On this page

Research on expression recognition model based on multimodal hierarchical graph comparison learning

By: Xiaoyao Mo1, Hairui Wang1, Guifu Zhu2
1Faculty of Information Engineering and Automation, Kunming University of Science and Technology, Kunming, Yunnan, 650500, China
2Information Technology Construction Management Center, Kunming University of Science and Technology, Kunming,Yunnan, 650500, China

Abstract

In response to the limitations of existing methods in dynamic modeling of complex expressions, multimodal data quality optimization, and hierarchical feature fusion, this paper proposes a hierarchical graph comparison learning model based on local and global features.
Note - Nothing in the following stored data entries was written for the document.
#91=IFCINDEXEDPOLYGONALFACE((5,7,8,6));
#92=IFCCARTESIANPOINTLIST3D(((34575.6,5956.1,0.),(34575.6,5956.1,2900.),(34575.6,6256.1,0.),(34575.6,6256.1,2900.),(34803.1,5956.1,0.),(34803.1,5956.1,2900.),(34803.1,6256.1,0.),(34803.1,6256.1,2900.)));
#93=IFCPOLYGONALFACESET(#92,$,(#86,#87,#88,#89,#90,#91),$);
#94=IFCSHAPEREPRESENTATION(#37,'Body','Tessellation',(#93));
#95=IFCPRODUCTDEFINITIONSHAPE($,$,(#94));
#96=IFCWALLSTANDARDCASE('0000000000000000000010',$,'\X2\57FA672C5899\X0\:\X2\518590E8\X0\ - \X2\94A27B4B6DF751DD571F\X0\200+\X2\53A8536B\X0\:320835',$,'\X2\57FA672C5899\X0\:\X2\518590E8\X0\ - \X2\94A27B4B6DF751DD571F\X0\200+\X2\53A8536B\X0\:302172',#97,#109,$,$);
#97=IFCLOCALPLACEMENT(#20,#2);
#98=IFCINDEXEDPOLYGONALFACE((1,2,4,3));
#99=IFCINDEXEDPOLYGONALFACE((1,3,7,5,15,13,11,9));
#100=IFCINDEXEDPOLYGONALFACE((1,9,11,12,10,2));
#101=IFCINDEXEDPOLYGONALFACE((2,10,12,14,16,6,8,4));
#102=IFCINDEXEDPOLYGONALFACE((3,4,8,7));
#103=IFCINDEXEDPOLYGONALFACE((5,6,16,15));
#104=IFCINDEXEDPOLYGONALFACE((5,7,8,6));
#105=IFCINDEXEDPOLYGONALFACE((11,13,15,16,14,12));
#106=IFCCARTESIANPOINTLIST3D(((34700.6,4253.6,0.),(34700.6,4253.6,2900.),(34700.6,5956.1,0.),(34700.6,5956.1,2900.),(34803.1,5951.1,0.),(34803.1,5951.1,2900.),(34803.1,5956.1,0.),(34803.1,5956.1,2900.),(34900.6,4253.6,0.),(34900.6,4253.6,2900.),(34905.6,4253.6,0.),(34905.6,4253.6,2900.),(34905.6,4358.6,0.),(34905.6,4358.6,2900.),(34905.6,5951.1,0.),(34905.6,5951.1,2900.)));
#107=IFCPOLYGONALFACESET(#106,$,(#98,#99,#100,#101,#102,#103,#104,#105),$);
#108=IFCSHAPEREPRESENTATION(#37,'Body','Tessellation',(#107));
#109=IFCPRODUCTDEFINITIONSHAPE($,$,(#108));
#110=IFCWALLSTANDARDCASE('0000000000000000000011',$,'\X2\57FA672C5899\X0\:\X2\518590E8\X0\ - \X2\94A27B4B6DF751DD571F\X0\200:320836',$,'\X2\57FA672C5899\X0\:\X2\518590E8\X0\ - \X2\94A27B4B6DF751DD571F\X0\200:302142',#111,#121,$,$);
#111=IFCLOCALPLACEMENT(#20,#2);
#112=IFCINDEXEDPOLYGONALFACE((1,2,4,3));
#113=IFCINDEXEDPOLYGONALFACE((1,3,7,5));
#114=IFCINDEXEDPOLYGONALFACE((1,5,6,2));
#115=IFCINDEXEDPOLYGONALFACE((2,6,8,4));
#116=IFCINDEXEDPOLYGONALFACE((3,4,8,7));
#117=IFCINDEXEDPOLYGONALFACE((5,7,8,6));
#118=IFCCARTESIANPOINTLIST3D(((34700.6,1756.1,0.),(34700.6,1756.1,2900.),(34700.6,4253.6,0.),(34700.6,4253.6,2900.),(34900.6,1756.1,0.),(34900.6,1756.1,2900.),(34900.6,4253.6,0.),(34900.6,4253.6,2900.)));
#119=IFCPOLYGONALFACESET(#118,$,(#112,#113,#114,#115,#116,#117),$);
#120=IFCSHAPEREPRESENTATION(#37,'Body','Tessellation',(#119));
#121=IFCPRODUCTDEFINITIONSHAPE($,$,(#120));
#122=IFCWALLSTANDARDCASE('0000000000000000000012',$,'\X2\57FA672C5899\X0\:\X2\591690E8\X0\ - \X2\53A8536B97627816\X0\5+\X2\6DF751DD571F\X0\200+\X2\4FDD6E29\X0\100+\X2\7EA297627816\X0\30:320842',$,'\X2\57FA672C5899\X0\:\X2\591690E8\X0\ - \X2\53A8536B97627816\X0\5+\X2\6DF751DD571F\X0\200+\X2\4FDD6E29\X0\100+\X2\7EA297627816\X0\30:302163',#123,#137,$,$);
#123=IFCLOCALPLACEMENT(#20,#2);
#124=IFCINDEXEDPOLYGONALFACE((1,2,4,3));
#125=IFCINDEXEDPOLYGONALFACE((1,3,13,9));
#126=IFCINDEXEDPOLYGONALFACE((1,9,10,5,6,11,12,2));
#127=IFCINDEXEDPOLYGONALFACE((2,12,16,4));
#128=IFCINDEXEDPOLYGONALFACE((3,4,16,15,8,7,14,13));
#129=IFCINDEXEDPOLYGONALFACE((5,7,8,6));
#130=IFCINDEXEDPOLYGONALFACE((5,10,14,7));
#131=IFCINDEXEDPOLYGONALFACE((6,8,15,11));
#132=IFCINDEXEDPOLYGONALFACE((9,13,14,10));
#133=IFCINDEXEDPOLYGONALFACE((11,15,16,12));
This model integrates graph neural network and contrastive learning techniques. It captures expression details by constructing local graphs, models cross-modal semantic collaboration through global graphs, and introduces an automatic graph enhancement strategy to improve the model’s generalization ability. In the multimodal feature extraction stage, key features are accurately obtained from the video, audio, and text modalities respectively, and then the features are integrated through the intra-modal attention and multimodal fusion mechanisms. The experiments use the CMU-MOSI and CMU-MOSEI datasets. The results show that compared with multiple benchmark models, the model proposed in this paper performs better in terms of accuracy, recall rate, F1 score, and other indicators, and its mean square error is at a relatively good level. It can effectively integrate multimodal information, has excellent performance in the expression recognition task, and provides new ideas and methods for the development of this field.